Sobre um inquérito literário
Diferença entre o
género de cultura que há hoje em Espanha e Portugal. Em Espanha há um intenso
desenvolvimento da cultura secundária, da cultura cujo máximo representante é
um homem de muito talento; em Portugal, essa cultura não existe. Há porém a
superior cultura individual que produz os homens de génio. E, assim, não há em
Espanha hoje uma figura de real destaque genial: o mais que há é figuras de
grande talento —um Diego Ruiz, um Eugenio d’Ors, um Miguel de Unamuno, um
Azorín. Em Portugal há figuras que começam na centelha genial e acabam no génio
absoluto. Há individualidades vincadas. Há mais: há um fundo carácter europeu
no fundo. Como é individual, e o meio social não está organizado, a cultura
portuguesa está anarquizada, cada homem de génio vivendo consigo próprio, e, o
que é pior, cada um escrevendo um pouco sem disciplina. Cabe afastar alguns
deste juízo —Junqueiro supremamente. E cabe advertir que essa organização da
cultura nacional começou, no Porto, com a “Renascença Portuguesa”. Em Espanha
há um meio culto a mover, a influenciar, mas não há o Homem que o mova. Em
Portugal há uns poucos de homens capazes (por seu valor intelectual) de mover o
meio; falta, porém, o meio culto que movam. De modo que em Portugal é preciso
que apareça um homem que, a par de ser um homem de génio, para que possa mover
o meio por inteligência, seja um homem de sua natureza influenciador e
dominador, para que ele próprio organize o meio que há de influenciar, e ir
influenciando ao construi-lo. Diz Wordsworth, num dos prefácios críticos a uma
das edições das Lyrical Ballads, que o poeta tem de criar o meio que o
compreenda. Assim é, quando, como no caso que Wordsworth citava, que era o seu
próprio, o poeta é um grande original.
Onde está o erro da
“Renascença Portuguesa”? O primeiro é em estar no Porto. De resto, não podia
ter nascido senão no Porto, de modo que, como em tudo, se repararmos bem, na
própria única coisa possível está o defeito inevitável. Sem esse defeito, não
teria havido a causa, nem o efeito portanto.
Toda a literatura
ibérica, e a nossa não predominantemente, sofre dum provincianismo radical.

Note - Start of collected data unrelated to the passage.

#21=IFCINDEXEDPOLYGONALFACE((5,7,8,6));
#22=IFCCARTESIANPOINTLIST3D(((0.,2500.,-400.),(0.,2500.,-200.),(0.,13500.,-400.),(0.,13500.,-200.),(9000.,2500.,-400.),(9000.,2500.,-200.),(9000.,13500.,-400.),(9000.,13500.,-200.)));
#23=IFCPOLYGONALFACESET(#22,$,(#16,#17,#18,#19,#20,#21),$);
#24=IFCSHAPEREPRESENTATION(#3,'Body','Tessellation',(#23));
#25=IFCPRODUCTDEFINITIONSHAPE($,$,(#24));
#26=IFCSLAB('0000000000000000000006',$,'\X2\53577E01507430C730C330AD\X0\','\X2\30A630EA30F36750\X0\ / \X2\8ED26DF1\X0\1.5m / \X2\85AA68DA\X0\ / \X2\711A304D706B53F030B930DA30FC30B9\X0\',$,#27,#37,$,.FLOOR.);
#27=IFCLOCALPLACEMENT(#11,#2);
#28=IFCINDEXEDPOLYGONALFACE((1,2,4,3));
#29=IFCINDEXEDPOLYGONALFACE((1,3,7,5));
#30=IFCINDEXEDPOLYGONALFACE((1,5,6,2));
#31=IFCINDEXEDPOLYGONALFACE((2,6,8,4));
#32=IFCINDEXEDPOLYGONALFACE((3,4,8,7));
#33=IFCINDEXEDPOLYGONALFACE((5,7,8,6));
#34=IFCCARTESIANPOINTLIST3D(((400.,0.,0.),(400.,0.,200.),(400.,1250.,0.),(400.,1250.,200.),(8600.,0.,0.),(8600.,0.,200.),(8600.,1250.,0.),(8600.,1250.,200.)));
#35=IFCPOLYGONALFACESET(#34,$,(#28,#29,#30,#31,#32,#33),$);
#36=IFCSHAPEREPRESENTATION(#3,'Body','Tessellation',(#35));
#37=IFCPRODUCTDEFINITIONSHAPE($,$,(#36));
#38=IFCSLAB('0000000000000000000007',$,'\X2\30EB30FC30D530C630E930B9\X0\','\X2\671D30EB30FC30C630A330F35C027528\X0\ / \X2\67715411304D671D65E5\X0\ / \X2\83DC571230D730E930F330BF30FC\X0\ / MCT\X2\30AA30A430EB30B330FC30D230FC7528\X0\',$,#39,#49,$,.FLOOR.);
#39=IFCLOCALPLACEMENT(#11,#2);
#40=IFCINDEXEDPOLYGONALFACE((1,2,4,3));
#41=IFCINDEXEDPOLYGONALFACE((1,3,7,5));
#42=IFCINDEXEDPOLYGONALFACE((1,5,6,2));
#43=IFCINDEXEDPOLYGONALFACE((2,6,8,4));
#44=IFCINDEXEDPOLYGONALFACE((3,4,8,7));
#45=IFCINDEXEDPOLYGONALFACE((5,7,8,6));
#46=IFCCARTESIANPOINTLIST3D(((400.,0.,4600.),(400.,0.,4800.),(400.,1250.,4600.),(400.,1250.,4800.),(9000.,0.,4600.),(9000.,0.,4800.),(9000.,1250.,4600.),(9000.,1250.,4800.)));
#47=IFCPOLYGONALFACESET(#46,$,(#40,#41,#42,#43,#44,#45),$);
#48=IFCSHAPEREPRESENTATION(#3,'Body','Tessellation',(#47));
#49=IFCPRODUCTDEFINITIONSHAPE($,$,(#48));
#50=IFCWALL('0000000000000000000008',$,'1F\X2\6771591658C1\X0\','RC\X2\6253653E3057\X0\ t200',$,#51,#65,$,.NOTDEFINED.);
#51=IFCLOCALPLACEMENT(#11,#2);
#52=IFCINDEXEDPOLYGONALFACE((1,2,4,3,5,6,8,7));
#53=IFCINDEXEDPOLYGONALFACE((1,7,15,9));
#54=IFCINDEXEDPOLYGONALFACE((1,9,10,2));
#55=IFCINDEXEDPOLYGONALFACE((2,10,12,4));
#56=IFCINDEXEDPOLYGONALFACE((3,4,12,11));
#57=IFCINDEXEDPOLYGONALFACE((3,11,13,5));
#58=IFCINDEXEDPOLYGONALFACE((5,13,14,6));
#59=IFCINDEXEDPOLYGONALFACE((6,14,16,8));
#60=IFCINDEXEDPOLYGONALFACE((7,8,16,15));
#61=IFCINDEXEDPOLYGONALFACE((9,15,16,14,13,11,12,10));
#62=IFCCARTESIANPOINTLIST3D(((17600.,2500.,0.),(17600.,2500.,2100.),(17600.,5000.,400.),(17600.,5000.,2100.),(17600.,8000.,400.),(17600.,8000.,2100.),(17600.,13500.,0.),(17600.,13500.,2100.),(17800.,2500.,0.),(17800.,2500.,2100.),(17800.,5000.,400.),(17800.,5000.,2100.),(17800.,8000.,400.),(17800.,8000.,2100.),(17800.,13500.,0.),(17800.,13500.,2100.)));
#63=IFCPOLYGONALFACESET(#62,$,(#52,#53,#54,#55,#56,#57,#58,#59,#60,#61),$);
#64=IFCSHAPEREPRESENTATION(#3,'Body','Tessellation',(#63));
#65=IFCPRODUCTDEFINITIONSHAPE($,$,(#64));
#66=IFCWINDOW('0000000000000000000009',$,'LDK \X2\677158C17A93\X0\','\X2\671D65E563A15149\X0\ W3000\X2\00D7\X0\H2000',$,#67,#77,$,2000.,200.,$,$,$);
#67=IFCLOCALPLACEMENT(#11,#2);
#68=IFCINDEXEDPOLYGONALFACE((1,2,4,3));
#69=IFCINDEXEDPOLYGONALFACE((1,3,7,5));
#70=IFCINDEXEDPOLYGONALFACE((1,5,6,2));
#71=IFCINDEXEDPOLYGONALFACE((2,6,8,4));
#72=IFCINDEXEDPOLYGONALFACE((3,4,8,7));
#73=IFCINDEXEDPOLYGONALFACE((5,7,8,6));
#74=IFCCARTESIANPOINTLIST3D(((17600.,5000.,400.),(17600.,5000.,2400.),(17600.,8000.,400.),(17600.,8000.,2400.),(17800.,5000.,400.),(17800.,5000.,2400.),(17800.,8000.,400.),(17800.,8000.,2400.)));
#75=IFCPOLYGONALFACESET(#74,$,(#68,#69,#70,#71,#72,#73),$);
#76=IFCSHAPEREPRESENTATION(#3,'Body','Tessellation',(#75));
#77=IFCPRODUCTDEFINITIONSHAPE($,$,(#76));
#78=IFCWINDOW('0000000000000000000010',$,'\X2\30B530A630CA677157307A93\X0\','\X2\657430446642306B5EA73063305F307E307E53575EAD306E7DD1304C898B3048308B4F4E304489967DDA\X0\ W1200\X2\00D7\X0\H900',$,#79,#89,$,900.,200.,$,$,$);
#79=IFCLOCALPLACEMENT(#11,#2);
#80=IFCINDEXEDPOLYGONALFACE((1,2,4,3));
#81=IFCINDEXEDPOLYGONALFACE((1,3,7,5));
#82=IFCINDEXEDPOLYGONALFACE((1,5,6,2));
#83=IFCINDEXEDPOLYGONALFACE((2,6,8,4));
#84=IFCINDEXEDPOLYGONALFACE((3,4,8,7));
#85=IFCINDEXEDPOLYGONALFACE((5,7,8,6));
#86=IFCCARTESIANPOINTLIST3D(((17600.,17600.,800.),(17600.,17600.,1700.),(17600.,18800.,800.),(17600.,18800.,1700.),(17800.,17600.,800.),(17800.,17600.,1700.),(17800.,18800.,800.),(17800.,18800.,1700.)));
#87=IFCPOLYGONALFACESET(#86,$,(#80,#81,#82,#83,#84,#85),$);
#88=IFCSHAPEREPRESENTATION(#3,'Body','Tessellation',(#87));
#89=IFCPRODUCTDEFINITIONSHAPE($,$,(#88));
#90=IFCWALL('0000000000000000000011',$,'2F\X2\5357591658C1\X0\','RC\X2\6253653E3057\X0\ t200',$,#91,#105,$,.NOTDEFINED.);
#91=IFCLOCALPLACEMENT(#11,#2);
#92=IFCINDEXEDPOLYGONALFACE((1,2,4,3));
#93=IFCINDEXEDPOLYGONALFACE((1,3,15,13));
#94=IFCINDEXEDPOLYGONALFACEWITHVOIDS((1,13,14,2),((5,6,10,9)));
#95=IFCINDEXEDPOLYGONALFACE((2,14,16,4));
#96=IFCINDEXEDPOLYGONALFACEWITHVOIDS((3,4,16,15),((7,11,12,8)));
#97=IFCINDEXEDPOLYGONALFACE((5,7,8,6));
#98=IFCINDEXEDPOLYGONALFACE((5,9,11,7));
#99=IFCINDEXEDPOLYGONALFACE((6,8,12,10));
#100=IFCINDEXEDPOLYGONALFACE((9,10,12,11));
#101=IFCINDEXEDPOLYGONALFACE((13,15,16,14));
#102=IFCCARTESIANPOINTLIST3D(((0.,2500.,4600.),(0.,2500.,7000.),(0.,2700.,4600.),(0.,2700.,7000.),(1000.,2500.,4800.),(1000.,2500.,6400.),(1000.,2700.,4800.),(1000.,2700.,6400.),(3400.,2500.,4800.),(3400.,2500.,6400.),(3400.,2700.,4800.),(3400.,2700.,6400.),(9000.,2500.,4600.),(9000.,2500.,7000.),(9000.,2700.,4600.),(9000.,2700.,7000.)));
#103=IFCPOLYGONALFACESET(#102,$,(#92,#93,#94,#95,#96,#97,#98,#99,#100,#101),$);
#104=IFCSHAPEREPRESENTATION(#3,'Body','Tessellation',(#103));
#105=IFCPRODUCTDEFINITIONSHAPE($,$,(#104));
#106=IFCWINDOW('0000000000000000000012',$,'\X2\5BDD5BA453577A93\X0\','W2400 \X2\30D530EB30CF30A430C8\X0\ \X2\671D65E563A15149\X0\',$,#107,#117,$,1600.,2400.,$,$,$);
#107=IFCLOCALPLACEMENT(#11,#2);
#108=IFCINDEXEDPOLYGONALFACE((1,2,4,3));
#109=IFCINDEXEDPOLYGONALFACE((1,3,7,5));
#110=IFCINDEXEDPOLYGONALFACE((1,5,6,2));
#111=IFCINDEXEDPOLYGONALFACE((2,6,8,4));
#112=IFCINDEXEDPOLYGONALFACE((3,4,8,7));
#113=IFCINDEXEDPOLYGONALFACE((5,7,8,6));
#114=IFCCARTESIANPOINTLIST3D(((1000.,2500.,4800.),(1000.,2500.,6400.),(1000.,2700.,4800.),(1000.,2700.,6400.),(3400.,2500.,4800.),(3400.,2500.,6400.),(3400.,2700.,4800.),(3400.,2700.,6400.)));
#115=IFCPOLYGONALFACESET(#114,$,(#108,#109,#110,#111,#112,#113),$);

Extra-pertencemos à Europa, somos uma espécie de adjacência civilizada. Na
Catalunha o fenómeno que descreve toda a cultura espanhola tomou incremento
especial; de aí, mais do que em Castela, confinarem ao génio muitos dos seus
homens. Mas, fundamentalmente, o que há é sem dúvida um grande desenvolvimento
da cultura secundária. Há um esplêndido jornalismo. A influência da América
Espanhola tem sido grande nisto. Em nós, nenhuma tem sido a influência do
Brasil. Urge, por isso, para que criemos uma cultura secundária idêntica à da
Espanha, que criemos as condições que a criaram. Urge que estreitemos
inteligências com o Brasil. Urge que pacifiquemos o meio social e eliminemos a
fermentação revolucionária. Urge que nos organizemos economicamente e saiamos
um pouco, porque pouco seria muito para nós, do nosso sonho, não de poetas
(como dizem os idiotas nas conferências), mas de mandriões.
Razão teve o Sr.
António Sérgio quando insistiu nesse ponto.
Uma vez criado um
meio culto entre nós, ver-se-á de repente esse meio culto tomar um relevo, uma
importância excepcional. É que nós realizamos a absurda situação de ter criado
já os dominadores, os influenciadores, as figuras-chefes desse meio, sem que
houvéssemos criado o meio ainda.
Fernando Pessoa (1914?)
Fernando Pessoa, Páginas de
Estética e de Teoria e Crítica Literárias (Textos estabelecidos e prefaciados por Georg
Rudolf Lind e Jacinto do Prado Coelho), Edições Ática, Lisboa, 1966.
* * *
Sobre el interés de Fernando Pessoa por la obra de Diego Ruiz pueden consultarse los trabajos siguientes:
Jordi Cerdà Subirachs, «Fernando
Pessoa, ¿lector de Diego Ruiz?», Perfiles de la traducción
hispano-portuguesa, III / Xosé Manuel Dasilva (ed. lit.), 2010, págs. 25-43.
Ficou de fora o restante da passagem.